MATERIALS PROVIDED —
[Start of Attachment]
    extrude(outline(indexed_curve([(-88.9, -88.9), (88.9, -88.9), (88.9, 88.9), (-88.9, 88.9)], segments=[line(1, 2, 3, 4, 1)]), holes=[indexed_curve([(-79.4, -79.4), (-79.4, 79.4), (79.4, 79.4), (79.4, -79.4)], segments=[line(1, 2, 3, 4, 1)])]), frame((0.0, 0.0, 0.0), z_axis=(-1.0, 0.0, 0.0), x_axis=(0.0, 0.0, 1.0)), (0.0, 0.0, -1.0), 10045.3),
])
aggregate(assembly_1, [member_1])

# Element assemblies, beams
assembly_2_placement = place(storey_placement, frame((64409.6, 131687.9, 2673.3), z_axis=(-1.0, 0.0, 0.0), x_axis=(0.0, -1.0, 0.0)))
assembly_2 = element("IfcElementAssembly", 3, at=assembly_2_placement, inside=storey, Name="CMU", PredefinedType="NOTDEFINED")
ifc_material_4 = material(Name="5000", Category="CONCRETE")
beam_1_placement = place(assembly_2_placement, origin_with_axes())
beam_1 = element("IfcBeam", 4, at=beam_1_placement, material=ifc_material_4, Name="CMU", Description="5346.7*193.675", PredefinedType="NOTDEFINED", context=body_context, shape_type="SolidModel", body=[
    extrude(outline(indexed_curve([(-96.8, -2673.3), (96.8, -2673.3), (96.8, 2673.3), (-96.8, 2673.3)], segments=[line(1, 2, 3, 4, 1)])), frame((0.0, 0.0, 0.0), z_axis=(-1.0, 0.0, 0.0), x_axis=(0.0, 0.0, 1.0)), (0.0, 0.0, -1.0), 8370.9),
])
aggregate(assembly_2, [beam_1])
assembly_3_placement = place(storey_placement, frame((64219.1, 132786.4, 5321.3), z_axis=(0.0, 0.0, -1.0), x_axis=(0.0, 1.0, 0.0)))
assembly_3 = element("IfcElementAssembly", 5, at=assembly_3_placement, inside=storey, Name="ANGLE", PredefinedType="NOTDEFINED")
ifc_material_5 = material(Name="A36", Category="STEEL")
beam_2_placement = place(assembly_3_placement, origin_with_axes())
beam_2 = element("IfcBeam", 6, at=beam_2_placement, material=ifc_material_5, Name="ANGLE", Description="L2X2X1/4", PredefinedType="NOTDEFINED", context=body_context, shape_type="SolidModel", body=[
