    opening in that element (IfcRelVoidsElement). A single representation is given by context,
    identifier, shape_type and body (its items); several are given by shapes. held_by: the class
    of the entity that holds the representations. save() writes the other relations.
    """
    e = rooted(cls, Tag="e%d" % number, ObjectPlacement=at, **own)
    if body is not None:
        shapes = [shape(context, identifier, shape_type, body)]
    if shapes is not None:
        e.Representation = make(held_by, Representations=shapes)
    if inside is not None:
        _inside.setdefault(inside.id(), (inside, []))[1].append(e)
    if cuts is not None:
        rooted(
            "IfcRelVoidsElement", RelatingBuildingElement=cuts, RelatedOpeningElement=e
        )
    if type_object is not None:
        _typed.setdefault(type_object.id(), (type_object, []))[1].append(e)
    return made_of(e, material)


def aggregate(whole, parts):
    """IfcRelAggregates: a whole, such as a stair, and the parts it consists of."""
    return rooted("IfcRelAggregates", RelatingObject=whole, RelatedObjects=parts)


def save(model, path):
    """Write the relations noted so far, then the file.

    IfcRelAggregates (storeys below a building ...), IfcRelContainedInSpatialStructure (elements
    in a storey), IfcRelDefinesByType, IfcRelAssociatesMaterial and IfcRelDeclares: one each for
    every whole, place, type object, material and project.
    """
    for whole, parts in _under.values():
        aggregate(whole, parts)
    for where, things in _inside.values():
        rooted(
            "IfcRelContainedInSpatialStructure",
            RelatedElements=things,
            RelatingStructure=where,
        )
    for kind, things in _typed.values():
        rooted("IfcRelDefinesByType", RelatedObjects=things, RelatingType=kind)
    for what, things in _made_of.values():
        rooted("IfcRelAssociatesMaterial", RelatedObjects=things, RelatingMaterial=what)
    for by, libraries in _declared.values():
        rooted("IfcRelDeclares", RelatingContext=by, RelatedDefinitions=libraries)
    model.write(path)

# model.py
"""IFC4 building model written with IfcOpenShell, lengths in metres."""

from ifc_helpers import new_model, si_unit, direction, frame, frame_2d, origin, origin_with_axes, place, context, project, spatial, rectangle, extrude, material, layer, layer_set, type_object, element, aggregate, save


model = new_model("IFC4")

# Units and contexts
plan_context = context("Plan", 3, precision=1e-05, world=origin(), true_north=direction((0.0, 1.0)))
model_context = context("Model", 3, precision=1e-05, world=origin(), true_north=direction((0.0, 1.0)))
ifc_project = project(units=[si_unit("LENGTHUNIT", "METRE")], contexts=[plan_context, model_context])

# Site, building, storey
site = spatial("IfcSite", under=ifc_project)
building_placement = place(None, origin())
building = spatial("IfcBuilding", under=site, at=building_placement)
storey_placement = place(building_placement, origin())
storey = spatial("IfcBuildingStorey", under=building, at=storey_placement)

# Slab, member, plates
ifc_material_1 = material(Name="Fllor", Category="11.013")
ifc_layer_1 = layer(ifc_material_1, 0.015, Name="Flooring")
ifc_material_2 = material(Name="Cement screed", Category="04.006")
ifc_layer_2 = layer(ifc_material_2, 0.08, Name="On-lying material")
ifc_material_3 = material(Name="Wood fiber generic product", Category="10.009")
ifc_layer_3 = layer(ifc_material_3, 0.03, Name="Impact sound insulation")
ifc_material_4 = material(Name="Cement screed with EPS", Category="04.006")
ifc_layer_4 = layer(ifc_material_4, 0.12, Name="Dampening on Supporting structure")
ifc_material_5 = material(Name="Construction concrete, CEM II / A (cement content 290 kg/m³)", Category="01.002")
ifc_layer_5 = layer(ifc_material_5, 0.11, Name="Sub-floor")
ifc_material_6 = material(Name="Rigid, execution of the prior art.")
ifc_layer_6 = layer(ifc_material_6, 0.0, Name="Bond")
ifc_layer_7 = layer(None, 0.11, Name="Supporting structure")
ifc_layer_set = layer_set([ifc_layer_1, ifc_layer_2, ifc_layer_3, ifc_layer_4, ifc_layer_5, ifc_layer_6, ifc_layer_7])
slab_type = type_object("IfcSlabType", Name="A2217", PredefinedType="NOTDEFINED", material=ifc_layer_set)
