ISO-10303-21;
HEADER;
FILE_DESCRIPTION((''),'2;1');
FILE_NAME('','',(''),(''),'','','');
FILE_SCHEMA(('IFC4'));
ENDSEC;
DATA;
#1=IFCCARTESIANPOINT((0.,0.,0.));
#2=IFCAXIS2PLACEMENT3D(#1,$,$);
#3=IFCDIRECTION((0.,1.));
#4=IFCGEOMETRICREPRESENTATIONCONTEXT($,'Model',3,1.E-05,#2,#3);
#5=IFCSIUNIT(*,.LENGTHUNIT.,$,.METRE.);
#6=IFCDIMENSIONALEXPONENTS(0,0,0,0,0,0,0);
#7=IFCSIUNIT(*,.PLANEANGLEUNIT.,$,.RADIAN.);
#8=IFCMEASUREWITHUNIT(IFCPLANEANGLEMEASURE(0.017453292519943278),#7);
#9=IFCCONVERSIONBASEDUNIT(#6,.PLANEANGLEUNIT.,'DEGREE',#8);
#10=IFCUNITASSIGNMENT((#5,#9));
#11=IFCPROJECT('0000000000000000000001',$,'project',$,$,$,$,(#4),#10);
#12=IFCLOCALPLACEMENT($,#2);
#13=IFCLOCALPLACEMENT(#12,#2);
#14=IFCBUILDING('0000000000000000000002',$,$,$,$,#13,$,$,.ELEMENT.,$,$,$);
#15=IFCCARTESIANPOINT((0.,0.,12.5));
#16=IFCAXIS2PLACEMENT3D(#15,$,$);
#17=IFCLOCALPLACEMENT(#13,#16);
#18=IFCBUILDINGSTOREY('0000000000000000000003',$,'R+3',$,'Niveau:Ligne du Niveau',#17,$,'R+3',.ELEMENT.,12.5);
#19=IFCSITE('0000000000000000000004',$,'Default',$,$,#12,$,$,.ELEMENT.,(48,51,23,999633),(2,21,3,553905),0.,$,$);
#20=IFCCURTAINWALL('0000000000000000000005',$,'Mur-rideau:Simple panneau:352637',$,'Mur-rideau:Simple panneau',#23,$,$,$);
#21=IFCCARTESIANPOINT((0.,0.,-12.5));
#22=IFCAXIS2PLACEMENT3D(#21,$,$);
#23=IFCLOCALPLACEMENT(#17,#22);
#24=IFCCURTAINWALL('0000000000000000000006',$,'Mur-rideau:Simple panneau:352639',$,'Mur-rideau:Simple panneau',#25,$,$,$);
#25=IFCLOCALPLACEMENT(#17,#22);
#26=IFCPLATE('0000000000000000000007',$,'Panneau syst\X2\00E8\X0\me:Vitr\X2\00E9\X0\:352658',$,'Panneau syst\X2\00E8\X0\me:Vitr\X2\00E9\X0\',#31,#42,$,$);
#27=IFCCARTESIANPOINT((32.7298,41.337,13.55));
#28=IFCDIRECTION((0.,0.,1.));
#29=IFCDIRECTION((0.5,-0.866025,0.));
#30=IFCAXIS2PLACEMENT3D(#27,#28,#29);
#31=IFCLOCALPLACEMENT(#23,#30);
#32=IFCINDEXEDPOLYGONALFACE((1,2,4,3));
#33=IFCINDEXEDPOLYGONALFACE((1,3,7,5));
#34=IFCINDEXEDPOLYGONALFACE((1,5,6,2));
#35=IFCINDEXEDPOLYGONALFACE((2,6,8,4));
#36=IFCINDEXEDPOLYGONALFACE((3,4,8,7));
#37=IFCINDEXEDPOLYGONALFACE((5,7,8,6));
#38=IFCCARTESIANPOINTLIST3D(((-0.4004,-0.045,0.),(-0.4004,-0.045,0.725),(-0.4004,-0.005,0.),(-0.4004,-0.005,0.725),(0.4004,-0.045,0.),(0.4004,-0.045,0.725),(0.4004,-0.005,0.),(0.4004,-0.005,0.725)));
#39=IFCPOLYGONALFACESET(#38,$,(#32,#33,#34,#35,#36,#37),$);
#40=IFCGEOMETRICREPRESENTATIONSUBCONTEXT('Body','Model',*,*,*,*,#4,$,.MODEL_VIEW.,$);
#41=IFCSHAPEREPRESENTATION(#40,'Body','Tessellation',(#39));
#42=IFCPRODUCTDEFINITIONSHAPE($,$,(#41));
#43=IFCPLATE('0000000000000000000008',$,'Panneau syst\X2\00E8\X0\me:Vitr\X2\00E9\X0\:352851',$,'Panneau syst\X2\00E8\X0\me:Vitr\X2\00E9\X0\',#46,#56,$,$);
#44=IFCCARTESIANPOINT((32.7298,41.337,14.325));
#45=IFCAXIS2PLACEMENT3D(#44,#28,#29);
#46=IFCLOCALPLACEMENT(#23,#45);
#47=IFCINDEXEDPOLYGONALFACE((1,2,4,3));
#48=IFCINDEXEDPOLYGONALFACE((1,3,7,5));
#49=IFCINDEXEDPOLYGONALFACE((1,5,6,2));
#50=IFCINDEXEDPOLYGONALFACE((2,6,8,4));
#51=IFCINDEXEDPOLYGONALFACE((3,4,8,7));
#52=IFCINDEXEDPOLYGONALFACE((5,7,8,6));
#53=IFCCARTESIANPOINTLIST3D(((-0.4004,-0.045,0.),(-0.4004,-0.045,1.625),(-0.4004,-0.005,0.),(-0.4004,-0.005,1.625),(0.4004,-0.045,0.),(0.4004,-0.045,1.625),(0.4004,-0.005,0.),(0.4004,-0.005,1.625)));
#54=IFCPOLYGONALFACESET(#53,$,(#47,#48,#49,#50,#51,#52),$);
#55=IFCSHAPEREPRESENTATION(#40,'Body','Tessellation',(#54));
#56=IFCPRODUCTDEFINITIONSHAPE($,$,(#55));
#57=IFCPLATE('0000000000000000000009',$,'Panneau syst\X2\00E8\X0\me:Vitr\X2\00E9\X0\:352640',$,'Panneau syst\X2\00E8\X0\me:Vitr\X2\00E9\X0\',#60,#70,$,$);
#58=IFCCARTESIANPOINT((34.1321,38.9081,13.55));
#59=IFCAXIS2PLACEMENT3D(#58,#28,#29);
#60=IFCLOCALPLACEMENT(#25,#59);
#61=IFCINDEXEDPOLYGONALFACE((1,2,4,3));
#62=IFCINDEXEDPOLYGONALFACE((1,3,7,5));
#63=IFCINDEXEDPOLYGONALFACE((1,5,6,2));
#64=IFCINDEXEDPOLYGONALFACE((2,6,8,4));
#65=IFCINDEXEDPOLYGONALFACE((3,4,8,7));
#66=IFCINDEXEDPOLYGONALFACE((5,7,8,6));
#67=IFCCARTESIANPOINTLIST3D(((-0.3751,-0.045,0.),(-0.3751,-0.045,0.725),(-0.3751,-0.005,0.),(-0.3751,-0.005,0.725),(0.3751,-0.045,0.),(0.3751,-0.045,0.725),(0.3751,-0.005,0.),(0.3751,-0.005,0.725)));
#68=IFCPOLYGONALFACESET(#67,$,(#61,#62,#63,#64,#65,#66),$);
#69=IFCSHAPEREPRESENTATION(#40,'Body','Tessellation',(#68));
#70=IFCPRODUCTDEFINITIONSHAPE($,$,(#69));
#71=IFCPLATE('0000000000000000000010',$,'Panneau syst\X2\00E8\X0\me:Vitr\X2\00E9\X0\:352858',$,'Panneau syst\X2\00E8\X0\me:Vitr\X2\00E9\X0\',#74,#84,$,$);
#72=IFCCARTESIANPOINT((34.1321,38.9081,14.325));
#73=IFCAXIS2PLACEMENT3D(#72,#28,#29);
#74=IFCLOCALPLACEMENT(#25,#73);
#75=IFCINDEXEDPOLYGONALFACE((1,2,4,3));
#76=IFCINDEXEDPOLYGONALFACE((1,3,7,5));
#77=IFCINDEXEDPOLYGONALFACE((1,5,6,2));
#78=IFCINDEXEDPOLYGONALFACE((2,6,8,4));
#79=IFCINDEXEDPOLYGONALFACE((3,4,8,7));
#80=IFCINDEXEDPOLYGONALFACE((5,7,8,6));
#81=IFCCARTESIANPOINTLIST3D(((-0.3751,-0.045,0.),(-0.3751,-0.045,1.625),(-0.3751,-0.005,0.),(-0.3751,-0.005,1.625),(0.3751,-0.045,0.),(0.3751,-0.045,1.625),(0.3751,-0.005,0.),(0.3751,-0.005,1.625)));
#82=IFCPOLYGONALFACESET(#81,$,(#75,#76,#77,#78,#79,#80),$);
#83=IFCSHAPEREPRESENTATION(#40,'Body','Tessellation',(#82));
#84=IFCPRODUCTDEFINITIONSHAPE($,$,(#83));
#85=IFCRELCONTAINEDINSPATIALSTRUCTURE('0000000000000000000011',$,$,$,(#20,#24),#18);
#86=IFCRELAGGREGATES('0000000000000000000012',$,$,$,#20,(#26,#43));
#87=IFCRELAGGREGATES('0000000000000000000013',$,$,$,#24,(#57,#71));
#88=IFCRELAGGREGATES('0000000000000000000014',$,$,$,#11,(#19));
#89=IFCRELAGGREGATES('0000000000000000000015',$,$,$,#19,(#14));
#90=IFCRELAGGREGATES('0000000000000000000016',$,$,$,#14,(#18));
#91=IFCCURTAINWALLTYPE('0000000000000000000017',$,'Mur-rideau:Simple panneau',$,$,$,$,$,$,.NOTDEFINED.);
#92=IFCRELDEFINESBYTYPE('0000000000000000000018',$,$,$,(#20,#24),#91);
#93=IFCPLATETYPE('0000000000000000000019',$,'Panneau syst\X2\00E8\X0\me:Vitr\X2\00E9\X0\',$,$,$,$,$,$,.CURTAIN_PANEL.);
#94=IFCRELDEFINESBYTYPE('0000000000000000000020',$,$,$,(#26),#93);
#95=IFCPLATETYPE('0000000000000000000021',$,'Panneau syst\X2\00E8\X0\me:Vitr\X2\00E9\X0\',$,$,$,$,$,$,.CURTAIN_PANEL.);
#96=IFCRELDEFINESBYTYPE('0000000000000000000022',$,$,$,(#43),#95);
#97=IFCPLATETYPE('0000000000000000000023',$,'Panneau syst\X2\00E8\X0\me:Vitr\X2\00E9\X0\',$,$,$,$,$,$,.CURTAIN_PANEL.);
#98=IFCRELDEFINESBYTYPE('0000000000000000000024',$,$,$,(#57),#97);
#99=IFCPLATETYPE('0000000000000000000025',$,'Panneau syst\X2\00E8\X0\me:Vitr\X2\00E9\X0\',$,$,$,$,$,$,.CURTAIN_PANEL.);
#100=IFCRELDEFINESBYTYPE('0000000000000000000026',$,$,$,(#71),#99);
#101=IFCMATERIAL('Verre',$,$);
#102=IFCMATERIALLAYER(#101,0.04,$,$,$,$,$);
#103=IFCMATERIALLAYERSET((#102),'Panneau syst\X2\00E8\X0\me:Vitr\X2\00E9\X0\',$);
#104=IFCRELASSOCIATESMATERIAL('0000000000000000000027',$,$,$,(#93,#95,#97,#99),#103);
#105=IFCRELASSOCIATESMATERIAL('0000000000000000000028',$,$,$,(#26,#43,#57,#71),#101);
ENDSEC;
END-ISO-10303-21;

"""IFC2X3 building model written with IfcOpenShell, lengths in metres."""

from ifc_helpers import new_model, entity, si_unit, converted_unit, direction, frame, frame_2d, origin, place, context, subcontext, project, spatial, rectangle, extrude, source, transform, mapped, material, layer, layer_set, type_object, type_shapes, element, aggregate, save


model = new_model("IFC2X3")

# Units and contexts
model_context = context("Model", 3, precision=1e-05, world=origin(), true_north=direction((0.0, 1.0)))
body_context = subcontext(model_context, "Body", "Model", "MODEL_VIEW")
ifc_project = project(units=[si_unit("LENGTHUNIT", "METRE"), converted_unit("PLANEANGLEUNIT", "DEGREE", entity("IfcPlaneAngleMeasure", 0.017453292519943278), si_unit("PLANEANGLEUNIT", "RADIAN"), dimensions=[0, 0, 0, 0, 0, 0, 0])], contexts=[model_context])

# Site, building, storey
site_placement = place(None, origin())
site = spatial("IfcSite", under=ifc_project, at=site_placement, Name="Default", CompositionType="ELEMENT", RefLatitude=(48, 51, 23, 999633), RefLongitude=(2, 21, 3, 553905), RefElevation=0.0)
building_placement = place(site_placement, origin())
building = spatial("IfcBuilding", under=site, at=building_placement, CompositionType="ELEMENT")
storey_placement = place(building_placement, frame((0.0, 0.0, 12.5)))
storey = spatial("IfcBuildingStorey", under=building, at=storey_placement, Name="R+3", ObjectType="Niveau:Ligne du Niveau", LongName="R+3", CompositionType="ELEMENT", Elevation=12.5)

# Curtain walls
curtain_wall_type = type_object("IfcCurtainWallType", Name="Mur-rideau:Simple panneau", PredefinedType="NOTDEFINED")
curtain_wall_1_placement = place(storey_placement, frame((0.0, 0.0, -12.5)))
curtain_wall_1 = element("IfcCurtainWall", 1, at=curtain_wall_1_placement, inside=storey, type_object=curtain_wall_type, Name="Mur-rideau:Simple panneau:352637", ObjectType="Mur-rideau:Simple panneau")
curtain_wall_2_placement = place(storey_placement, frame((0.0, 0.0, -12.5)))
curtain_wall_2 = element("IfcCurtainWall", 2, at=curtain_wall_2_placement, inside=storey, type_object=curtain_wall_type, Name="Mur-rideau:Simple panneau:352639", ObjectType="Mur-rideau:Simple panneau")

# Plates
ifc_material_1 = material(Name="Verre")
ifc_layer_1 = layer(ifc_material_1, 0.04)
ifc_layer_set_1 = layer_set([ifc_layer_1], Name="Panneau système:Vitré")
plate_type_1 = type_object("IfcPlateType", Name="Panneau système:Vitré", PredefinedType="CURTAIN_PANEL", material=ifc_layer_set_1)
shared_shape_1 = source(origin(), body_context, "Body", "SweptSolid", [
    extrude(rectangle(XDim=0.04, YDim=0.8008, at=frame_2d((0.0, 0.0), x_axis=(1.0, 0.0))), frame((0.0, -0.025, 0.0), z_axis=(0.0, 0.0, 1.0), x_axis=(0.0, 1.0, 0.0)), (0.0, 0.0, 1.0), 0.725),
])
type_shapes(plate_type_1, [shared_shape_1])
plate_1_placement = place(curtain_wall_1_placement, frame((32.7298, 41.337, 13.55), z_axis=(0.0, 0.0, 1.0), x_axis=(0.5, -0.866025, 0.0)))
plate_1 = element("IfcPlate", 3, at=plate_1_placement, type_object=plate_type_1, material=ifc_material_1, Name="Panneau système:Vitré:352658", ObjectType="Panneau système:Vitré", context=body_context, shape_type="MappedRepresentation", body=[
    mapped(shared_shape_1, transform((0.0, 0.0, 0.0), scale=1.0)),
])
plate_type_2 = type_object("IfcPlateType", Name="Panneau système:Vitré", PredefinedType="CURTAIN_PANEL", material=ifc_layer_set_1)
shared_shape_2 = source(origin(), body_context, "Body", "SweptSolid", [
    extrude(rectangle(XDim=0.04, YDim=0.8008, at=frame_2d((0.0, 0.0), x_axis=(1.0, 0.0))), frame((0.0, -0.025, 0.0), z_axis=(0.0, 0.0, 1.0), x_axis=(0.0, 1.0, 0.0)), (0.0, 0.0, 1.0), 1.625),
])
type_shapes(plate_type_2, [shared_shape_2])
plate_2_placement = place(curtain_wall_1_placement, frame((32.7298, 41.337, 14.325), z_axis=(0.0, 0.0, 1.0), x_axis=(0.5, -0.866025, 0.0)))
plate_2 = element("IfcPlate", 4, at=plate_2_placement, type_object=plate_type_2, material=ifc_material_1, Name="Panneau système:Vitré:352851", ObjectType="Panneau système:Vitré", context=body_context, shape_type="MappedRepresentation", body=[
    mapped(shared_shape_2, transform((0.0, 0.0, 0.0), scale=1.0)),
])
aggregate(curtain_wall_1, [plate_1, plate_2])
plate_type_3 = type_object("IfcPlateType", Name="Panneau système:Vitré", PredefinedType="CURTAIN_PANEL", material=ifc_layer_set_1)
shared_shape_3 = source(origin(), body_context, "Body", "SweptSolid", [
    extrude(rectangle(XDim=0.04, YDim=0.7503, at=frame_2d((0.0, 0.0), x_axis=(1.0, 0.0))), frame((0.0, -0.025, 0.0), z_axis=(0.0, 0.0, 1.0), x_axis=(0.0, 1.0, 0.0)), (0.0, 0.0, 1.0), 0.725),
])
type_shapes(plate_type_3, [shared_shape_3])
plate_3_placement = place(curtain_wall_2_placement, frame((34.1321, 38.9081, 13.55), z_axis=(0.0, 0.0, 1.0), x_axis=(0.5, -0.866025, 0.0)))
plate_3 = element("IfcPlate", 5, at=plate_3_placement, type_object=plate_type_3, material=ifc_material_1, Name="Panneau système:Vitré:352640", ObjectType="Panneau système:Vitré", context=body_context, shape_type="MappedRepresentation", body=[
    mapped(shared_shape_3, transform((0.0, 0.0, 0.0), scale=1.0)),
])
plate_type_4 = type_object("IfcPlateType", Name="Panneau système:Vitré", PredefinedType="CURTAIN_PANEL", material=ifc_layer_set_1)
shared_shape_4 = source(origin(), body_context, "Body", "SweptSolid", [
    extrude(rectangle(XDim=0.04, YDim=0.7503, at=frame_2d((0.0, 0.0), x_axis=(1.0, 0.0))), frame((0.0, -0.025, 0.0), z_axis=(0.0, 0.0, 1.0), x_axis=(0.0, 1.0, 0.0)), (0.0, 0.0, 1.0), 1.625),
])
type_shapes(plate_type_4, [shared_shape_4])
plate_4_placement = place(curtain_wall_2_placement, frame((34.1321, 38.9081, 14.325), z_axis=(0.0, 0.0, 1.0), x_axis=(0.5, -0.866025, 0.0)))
[End of Attachment]
WORK INSTRUCTIONS —
The answer must be all the lines above that hold the word "return".

FINISHED EXERCISE —
    return made_of(e, material)
    return rooted("IfcRelAggregates", RelatingObject=whole, RelatedObjects=parts)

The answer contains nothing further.